Given the matrix $$A=\begin{pmatrix}a&b\\c&d\end{pmatrix}$$ with integer coefficients, rational eigenvalue, and determinant $1$, show $A$ acts as a shearing along its eigenvector.
Here is what I have so far: from the characteristic polynomial, we have $$\lambda^2 - (a+d)\lambda + 1 = 0$$
and by the quadratic formula, we get $$\lambda = \frac{(a+d) \pm \sqrt{(a+d)^2 - 4}}{2}.$$
Now we assumed that $\lambda$ is rational, implying the square root must be a rational. But $a, d \in \Bbb{Z} \Longrightarrow \mbox{the square root is either integer or irrational}$. It is the former case when $a+d = 2$. It is also possible that $a+d = -2$, but that would make $det(A) = -1$, a contradiction.
Continuing, we get the eigenvalue is $1$. Alternatively, we substitute $2$ into our C.P. to get $$\lambda^2 - 2\lambda + 1 = \left(\lambda - 1\right)^2$$ implying the algebraic multiplicity of the eigenvalue $1$ is $2$.

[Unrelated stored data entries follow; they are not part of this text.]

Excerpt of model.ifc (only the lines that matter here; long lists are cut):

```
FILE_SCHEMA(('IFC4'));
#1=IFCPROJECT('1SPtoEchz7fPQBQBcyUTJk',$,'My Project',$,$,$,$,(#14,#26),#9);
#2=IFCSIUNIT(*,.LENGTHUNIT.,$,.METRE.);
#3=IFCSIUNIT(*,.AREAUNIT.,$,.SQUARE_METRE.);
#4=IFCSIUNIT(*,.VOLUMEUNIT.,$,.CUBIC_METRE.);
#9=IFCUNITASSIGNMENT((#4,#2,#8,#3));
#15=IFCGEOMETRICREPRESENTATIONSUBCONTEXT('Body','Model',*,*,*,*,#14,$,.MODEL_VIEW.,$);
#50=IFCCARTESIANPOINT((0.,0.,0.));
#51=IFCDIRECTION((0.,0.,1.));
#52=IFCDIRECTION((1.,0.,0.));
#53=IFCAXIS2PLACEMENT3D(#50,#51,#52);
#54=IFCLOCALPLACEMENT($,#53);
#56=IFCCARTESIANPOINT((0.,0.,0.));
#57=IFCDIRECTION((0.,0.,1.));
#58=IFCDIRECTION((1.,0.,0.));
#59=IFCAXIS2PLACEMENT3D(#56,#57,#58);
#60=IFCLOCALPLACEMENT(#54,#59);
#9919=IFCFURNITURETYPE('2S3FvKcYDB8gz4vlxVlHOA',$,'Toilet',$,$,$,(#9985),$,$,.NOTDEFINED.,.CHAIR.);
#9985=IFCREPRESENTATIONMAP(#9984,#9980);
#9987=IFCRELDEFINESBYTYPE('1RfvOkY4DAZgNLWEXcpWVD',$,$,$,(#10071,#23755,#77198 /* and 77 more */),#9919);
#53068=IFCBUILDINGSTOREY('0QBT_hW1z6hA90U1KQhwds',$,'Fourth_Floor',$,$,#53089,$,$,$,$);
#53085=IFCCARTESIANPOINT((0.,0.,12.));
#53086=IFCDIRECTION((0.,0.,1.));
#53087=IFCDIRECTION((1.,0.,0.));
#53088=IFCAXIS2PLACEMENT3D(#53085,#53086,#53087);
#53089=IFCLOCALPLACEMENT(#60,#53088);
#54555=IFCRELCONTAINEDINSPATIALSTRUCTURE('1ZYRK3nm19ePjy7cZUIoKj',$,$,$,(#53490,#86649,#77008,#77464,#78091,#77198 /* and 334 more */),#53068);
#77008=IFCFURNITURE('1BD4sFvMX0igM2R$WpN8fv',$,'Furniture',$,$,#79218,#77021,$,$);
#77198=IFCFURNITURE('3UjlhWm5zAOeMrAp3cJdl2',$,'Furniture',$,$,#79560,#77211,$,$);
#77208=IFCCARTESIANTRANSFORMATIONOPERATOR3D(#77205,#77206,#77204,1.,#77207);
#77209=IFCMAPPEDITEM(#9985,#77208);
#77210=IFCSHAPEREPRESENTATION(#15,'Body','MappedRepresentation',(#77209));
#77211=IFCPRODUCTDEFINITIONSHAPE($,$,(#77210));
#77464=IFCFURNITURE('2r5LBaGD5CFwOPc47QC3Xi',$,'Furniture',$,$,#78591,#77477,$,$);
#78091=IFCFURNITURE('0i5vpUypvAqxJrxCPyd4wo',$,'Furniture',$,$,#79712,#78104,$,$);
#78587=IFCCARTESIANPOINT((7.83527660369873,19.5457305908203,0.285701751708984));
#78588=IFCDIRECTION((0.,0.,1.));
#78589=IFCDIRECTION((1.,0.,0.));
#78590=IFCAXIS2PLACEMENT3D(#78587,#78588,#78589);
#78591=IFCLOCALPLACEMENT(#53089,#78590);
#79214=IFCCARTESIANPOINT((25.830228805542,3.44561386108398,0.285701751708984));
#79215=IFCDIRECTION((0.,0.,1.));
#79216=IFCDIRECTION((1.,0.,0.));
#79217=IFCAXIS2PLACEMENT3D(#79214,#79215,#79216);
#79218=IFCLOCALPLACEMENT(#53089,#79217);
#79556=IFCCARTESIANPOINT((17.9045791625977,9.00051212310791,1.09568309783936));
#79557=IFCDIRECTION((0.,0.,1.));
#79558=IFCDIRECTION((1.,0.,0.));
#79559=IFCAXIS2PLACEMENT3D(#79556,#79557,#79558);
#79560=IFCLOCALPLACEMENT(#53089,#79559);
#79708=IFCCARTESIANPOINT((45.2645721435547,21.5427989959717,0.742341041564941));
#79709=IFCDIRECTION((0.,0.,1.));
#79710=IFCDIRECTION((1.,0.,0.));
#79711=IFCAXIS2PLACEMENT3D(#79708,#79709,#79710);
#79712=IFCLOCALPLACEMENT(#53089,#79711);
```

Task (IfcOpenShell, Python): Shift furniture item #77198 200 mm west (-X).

```python
import ifcopenshell
import ifcopenshell.api.geometry
import ifcopenshell.util.placement

model = ifcopenshell.open("model.ifc")

item = model.by_guid("3UjlhWm5zAOeMrAp3cJdl2")
matrix = ifcopenshell.util.placement.get_local_placement(item.ObjectPlacement)
matrix[0, 3] -= 0.2
ifcopenshell.api.geometry.edit_object_placement(model, product=item, matrix=matrix, is_si=False)

print(ifcopenshell.util.placement.get_local_placement(item.ObjectPlacement).round(3) + 0.0)

model.write("model_v2.ifc")
```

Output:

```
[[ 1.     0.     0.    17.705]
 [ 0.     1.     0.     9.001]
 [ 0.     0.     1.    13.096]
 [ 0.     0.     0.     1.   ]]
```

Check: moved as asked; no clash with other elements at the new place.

Now finding the eigenvector, we find the null space of $A - \lambda I$. $$A - I =\begin{pmatrix}a-1&b&0\\c&d-1&0\end{pmatrix} \Longrightarrow \begin{pmatrix}a-1&b&0\\0&0&0\end{pmatrix}$$
and our only eigenvector is $$\vec{e}_1 = x_2\begin{pmatrix}-b\\a-1\end{pmatrix}$$
implying its geometric multiplicity is $1$.
Now I would like some hints on showing that $A$ is a shearing along its eigenvector. Do I have to show $A\vec{e}_1 = \begin{pmatrix}1&k\\0&1\end{pmatrix}$? I am unclear as what to do at this point.
As an example take the matrix $$\begin{pmatrix}6&5\\-5&-4\end{pmatrix}$$
Then we have as its eigenvector $$x_2\begin{pmatrix}-1\\1\end{pmatrix};\hspace{5 pt} \mbox{$x_2 = 5$}$$
But I don't know what to do now.
OK, so you've found the eigenvector. Now you want to find a vector $e_2$ so that $Ae_2 = e_1+e_2$. Then the matrix of your linear transformation with respect to the basis $\{e_1,e_2\}$ will be $$\begin{bmatrix}1&1\\0&1\end{bmatrix}\,.$$ This represents a shear because you're keeping $e_2$ at the same "height" relative to $e_1$, but sliding it along the $e_1$ direction. The terminology comes from geology :)
How are you guaranteed the existence of such a vector $e_2$? You need to know that $e_1$ is in the image (column space) of $A-I$. And this happens because $(A-I)^2 = O$. Why?